Hessian Matrix\Max Min Analysis, Eigenvalues etc

[alec_tronn]

In my calc 3 class, we've taken an alternative(?) route to learning maxes and mins of multivariable equations. By using a Hessian Matrix, we're supposed to be able to find the eigenvalues of a function at the point, and determine whether the point is a max, min, saddle point, or indeterminant. Also, using these eigan values, a new axis system is formed. I can only vaguely understand most of what the teacher has explained (thick middle-eastern accent), and I have until Thursday to fully understand everything. Our book does not cover the matrix ways of doing things.

Does anyone have any useful links on hessian matrices? I have looked, but they all seem to go deeper into matrix things or use notation that I'm not familiar with.

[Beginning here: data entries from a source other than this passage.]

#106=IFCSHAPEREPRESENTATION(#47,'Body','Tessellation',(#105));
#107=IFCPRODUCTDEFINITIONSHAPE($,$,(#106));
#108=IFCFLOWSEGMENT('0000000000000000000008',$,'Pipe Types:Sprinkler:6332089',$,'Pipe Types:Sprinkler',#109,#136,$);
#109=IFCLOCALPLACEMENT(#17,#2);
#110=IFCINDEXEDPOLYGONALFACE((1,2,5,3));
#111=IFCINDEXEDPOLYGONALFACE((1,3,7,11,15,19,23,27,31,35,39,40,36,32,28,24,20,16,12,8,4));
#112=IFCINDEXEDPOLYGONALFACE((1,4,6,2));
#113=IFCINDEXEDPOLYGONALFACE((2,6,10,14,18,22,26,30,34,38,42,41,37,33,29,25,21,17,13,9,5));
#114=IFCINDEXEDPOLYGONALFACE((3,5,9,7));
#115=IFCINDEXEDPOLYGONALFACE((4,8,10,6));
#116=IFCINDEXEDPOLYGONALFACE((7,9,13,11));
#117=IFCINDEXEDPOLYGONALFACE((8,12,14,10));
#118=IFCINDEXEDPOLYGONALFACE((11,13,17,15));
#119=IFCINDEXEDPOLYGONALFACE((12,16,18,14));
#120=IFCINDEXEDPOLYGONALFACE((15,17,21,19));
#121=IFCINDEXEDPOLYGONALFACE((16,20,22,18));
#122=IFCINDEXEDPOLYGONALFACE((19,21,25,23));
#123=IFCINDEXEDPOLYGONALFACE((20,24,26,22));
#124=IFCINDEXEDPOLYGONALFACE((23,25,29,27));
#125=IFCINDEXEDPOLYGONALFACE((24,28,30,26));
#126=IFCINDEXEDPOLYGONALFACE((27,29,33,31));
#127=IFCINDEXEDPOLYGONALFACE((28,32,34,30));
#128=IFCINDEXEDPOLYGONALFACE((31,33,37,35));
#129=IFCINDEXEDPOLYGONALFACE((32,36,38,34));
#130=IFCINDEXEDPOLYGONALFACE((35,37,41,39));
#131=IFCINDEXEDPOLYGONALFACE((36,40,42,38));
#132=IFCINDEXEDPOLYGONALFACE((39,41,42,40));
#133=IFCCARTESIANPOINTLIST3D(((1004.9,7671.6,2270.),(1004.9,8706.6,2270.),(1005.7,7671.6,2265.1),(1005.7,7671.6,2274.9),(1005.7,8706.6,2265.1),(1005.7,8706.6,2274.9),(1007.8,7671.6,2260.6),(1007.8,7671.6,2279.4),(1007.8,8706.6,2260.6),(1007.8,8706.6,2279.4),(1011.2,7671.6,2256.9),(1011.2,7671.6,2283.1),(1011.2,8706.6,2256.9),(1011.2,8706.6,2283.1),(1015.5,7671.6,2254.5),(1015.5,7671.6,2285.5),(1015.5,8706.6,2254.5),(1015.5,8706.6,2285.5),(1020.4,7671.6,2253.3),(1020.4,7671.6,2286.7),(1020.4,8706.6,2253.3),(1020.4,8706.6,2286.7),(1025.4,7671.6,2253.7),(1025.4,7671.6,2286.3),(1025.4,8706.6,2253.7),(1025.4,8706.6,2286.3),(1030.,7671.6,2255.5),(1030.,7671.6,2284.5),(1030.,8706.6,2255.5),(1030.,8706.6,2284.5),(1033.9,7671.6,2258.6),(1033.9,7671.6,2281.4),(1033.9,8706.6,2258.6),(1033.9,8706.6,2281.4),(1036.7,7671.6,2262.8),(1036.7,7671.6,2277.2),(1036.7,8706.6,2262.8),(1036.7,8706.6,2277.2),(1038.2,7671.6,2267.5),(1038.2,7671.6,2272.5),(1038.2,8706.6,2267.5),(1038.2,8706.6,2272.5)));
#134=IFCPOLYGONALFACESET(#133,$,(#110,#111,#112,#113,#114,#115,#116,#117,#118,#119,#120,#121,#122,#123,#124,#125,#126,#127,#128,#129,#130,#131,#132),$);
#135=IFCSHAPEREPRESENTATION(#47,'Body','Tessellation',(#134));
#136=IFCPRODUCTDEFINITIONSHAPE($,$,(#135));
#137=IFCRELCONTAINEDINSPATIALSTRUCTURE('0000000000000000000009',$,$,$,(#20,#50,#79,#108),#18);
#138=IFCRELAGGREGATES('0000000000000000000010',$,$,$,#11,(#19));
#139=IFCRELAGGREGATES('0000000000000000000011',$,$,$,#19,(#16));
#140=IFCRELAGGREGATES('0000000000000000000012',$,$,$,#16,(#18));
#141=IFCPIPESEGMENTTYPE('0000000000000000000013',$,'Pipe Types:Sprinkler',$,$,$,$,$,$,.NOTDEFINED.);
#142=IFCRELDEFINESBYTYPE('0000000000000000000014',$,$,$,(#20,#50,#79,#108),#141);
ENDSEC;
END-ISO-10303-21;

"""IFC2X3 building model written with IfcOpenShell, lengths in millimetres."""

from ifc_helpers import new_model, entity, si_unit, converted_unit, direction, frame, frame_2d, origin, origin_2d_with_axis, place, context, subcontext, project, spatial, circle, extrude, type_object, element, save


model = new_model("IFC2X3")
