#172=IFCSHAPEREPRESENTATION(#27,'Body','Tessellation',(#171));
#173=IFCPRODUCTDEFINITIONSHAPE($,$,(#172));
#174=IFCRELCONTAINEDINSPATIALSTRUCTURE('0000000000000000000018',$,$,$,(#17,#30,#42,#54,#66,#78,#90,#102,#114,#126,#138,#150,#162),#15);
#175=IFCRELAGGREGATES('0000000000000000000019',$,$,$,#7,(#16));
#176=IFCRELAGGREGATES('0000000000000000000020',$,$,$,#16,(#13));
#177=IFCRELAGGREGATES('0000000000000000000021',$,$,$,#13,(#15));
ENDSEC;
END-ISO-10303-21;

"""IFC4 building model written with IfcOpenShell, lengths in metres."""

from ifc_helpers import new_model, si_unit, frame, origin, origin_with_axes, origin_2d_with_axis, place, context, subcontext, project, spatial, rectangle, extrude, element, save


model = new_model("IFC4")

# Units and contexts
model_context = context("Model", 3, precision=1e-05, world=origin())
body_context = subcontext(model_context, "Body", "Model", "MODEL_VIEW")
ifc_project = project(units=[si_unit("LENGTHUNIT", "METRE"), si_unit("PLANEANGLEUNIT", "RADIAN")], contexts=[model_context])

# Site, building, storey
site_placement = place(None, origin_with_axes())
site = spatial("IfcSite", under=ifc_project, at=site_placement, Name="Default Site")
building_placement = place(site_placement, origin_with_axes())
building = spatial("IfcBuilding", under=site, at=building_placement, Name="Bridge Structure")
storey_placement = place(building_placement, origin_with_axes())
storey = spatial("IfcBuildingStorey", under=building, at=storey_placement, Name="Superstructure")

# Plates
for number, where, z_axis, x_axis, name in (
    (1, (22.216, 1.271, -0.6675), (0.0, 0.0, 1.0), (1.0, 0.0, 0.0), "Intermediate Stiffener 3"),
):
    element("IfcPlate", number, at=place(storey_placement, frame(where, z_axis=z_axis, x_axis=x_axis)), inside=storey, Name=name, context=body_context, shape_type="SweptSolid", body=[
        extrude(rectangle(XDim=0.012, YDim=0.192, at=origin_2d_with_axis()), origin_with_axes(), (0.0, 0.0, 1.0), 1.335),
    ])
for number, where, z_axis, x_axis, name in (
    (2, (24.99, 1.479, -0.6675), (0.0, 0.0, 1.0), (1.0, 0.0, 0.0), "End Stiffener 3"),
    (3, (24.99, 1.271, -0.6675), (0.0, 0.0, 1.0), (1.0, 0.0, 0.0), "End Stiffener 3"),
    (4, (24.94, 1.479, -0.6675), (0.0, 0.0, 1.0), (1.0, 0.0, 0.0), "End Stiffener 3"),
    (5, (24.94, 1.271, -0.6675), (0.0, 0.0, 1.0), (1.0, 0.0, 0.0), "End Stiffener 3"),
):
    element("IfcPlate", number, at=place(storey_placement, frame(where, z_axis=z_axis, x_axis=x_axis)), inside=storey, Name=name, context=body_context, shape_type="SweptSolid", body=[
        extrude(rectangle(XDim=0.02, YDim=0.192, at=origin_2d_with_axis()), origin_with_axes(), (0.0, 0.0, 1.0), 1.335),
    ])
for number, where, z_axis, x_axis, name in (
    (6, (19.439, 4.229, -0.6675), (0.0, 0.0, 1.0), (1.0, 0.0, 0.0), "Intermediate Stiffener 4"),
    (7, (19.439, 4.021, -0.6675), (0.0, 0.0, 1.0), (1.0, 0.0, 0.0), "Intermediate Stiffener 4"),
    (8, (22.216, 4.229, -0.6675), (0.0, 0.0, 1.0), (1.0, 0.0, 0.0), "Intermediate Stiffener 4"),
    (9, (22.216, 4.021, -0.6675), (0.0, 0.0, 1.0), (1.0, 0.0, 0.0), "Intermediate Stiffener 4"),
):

Any books I should try to find (textbooks or otherwise)? Everybody got a D on the first quiz, and I'm not looking forward to that happening again on the test. Thanks for any information, links, or explanations that you can provide.

 

[quasar987]

The Hessian matrix is just the name of the matrix (read "table") in which the second order derivatives are stored. Just as the gradient vector (while written in matrix notation) is the table in which the first order derivatives are stored.

See http://en.wikipedia.org/wiki/Hessian_matrix ans particularly the "Critical points and discriminant" and "Second derivative test" paragraphs.